By the time Barry reached the finish line, almost all the comedy had been stripped away. (I did, however, laugh a lot this season when a vengeful Barry showed off his L.A. bona fides by flying into Burbank, the area’s most peaceful airport.) For fans of the series, it was painful realizing that no one, except maybe Barry’s son, would get a happy ending. But the truth hurts.

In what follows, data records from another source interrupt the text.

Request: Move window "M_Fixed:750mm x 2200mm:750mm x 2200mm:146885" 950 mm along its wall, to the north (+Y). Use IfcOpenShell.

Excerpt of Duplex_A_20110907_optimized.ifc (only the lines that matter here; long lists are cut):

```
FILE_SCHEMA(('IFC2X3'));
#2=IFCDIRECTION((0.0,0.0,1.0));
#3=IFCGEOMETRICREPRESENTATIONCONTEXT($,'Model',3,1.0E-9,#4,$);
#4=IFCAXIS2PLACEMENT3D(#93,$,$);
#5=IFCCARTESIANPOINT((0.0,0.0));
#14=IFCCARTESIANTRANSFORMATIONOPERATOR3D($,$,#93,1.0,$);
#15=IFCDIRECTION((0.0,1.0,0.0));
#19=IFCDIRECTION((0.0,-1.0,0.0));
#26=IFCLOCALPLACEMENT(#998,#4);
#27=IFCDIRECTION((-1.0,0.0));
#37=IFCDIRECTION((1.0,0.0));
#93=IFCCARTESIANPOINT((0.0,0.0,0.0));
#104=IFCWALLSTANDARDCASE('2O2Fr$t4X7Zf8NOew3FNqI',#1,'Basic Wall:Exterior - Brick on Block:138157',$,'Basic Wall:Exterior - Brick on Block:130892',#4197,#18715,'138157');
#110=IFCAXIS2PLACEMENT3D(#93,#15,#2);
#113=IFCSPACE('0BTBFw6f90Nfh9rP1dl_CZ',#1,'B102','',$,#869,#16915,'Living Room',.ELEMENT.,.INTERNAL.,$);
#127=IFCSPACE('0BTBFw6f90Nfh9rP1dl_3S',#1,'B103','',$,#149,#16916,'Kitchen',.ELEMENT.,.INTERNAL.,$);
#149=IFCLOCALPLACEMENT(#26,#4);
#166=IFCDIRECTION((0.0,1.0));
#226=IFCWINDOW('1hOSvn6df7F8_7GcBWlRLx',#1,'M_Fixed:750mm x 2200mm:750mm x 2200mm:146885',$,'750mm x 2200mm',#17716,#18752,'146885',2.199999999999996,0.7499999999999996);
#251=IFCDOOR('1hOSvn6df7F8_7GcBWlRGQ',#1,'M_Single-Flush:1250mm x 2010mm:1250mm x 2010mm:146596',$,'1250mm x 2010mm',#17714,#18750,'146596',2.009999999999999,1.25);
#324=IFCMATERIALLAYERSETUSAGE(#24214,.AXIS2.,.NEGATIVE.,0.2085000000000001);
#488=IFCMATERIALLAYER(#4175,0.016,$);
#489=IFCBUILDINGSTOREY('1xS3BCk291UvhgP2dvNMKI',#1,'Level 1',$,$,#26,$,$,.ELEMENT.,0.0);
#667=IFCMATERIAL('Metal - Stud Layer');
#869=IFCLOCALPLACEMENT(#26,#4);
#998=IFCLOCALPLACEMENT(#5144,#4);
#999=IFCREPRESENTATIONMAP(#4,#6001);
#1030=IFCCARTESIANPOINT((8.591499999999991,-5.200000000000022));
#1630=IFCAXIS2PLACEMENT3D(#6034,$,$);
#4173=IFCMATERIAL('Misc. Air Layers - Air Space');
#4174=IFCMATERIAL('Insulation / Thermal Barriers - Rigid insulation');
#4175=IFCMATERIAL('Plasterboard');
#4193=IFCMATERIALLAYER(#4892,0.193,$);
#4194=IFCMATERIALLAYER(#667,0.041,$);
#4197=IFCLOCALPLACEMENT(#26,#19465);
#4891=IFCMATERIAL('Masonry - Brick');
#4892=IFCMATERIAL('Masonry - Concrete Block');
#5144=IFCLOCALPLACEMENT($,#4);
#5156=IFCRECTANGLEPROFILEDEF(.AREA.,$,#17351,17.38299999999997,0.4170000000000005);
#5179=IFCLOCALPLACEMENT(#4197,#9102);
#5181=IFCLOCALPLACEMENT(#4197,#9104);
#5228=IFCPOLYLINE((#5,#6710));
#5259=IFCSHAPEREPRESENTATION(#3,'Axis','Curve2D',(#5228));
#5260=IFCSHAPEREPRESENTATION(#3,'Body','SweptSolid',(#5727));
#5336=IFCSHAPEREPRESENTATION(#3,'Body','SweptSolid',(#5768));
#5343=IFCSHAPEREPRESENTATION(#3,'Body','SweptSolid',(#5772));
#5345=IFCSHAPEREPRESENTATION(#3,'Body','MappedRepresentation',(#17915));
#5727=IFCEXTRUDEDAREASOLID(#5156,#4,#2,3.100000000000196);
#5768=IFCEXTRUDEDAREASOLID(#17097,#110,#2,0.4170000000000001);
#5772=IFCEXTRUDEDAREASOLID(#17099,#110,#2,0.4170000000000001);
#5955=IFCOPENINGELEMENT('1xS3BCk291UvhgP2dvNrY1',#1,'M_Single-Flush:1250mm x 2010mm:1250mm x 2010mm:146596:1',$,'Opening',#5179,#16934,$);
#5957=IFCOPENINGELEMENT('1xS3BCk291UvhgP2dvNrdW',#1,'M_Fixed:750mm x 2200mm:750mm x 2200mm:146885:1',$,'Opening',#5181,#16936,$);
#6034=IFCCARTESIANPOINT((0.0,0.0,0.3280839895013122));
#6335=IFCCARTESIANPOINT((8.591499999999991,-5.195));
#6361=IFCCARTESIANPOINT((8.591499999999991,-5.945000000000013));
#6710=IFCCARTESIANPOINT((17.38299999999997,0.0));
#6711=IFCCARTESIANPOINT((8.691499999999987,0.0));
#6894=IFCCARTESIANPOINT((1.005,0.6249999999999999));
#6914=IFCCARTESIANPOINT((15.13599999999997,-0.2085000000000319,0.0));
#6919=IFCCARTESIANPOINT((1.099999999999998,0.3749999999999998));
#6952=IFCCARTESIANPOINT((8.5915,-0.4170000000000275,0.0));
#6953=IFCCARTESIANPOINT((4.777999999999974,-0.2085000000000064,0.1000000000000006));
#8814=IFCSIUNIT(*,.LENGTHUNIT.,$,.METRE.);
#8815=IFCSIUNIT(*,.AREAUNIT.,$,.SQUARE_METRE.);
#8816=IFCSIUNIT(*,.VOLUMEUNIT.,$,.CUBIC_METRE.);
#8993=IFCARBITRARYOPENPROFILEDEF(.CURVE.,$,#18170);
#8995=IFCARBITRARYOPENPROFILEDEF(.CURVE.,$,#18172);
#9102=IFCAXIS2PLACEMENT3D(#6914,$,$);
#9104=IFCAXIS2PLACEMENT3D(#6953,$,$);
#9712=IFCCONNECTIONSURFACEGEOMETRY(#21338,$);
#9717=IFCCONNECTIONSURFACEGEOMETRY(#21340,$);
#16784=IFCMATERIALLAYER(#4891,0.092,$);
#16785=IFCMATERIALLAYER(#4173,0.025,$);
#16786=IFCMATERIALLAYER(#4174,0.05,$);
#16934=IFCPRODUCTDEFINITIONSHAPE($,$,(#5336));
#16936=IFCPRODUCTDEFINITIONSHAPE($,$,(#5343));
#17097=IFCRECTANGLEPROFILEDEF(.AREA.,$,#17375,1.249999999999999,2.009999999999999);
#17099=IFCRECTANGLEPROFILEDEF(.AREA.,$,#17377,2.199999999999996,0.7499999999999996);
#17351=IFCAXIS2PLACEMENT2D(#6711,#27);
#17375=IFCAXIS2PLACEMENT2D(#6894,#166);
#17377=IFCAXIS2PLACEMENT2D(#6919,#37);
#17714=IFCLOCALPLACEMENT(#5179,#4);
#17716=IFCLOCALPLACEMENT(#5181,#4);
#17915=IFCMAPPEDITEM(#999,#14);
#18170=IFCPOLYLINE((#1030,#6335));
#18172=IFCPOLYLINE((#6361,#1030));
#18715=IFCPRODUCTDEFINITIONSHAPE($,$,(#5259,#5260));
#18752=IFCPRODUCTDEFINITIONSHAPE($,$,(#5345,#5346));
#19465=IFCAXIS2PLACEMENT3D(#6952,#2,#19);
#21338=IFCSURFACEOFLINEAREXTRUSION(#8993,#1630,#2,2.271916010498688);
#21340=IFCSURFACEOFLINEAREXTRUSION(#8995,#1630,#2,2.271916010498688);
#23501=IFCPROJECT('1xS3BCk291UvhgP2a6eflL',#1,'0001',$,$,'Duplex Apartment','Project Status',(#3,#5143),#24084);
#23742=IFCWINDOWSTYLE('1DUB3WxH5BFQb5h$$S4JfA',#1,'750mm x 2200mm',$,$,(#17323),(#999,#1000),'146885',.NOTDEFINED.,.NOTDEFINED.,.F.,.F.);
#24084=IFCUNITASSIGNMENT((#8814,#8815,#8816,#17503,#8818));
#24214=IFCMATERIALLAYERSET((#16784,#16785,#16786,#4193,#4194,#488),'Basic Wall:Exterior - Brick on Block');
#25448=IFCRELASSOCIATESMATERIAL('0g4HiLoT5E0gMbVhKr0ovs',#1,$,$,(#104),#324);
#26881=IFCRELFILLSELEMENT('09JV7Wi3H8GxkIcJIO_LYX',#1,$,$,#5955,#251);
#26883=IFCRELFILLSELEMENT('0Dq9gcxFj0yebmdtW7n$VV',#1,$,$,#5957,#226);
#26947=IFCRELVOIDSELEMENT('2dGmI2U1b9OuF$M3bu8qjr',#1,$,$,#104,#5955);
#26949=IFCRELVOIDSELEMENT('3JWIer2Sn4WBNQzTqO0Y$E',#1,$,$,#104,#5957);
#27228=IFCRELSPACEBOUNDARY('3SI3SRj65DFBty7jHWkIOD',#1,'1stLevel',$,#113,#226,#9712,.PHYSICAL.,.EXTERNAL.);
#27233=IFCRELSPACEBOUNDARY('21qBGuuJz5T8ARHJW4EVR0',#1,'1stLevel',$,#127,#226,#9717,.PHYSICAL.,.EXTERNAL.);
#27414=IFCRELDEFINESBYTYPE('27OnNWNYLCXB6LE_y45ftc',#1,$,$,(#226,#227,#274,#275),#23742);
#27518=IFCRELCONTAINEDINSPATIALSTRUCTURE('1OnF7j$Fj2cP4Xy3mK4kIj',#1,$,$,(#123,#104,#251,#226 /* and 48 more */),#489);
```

```python
import numpy as np
import ifcopenshell
import ifcopenshell.api.geometry
import ifcopenshell.util.placement
import ifcopenshell.util.unit

model = ifcopenshell.open("Duplex_A_20110907_optimized.ifc")
unit_scale = ifcopenshell.util.unit.calculate_unit_scale(model)

window = model.by_id(226)
opening = window.FillsVoids[0].RelatingOpeningElement
wall = opening.VoidsElements[0].RelatingBuildingElement

wall_matrix = ifcopenshell.util.placement.get_local_placement(wall.ObjectPlacement)
shift = wall_matrix[:3, 0] * -0.95 / unit_scale
before = ifcopenshell.util.placement.get_local_placement(window.ObjectPlacement)[:3, 3].copy()

# The window is placed relative to its opening, so it follows when the opening moves.
matrix = ifcopenshell.util.placement.get_local_placement(opening.ObjectPlacement)
matrix[:3, 3] += shift
ifcopenshell.api.geometry.edit_object_placement(
    model, product=opening, matrix=matrix, is_si=False, should_transform_children=True
)

# Space boundary surfaces are stored in each space's coordinates; move them too.
for rel in window.ProvidesBoundaries:
    if not rel.ConnectionGeometry:
        continue
    surface = rel.ConnectionGeometry.SurfaceOnRelatingElement
    space_matrix = ifcopenshell.util.placement.get_local_placement(rel.RelatingSpace.ObjectPlacement)
    point = np.array(surface.Position.Location.Coordinates) + space_matrix[:3, :3].T @ shift
    surface.Position = model.createIfcAxis2Placement3D(
        model.createIfcCartesianPoint(point.tolist()), surface.Position.Axis, surface.Position.RefDirection
    )

after = ifcopenshell.util.placement.get_local_placement(window.ObjectPlacement)[:3, 3]
print("window moved by", (after - before).round(3) + 0.0)

model.write("Duplex_A_20110907_optimized_edited.ifc")
```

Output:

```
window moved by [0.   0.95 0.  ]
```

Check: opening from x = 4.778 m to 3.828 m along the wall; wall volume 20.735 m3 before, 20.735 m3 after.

In the finale, Fuches and his henchmen kill Hank, who dies in the bronze arms of his dead lover Cristobal’s statue. Fuches, who’s just admitted to Hank that he has no heart, does one good deed before escaping to parts unknown: He lets Barry’s son go. Sally goes back to the Midwest and directs high school plays while living with the fact that she voluntarily went on the lam with a professional killer and got away with it. Cousineau lands in prison after his stubborn need for attention causes him to become a murder suspect—then an actual murderer. And Barry finally dies, not at the hands of a gangster or a sniper or a cop, but killed by his former acting teacher, Gene, who shoots him twice. Felled by Rip Torn’s gun. What a way to go out.

Barry never even gets a Scarface moment. “As you get older you’re like, ‘Oh wait, that’s not real,’” Hader said in 2019. “Because reality’s a big bummer.” Before a bullet pierces his forehead, Barry’s last words are “Oh, wow.” It’s a perfectly anticlimactic death for a man who doesn’t deserve to go out in a blaze of glory.

But after all the pain and suffering Barry’s inflicted, several unlikely twists of fate result in the media portraying him as a brave martyr. That, and not his real tale, is what Hollywood chooses to tell. Uplift sells. Nuance doesn’t. And so Hader ends his series realistically: with a fake biopic about a soldier who dies trying to save his family.

This is the version of his story that Barry would prefer. We should be glad he’s not alive to enjoy it.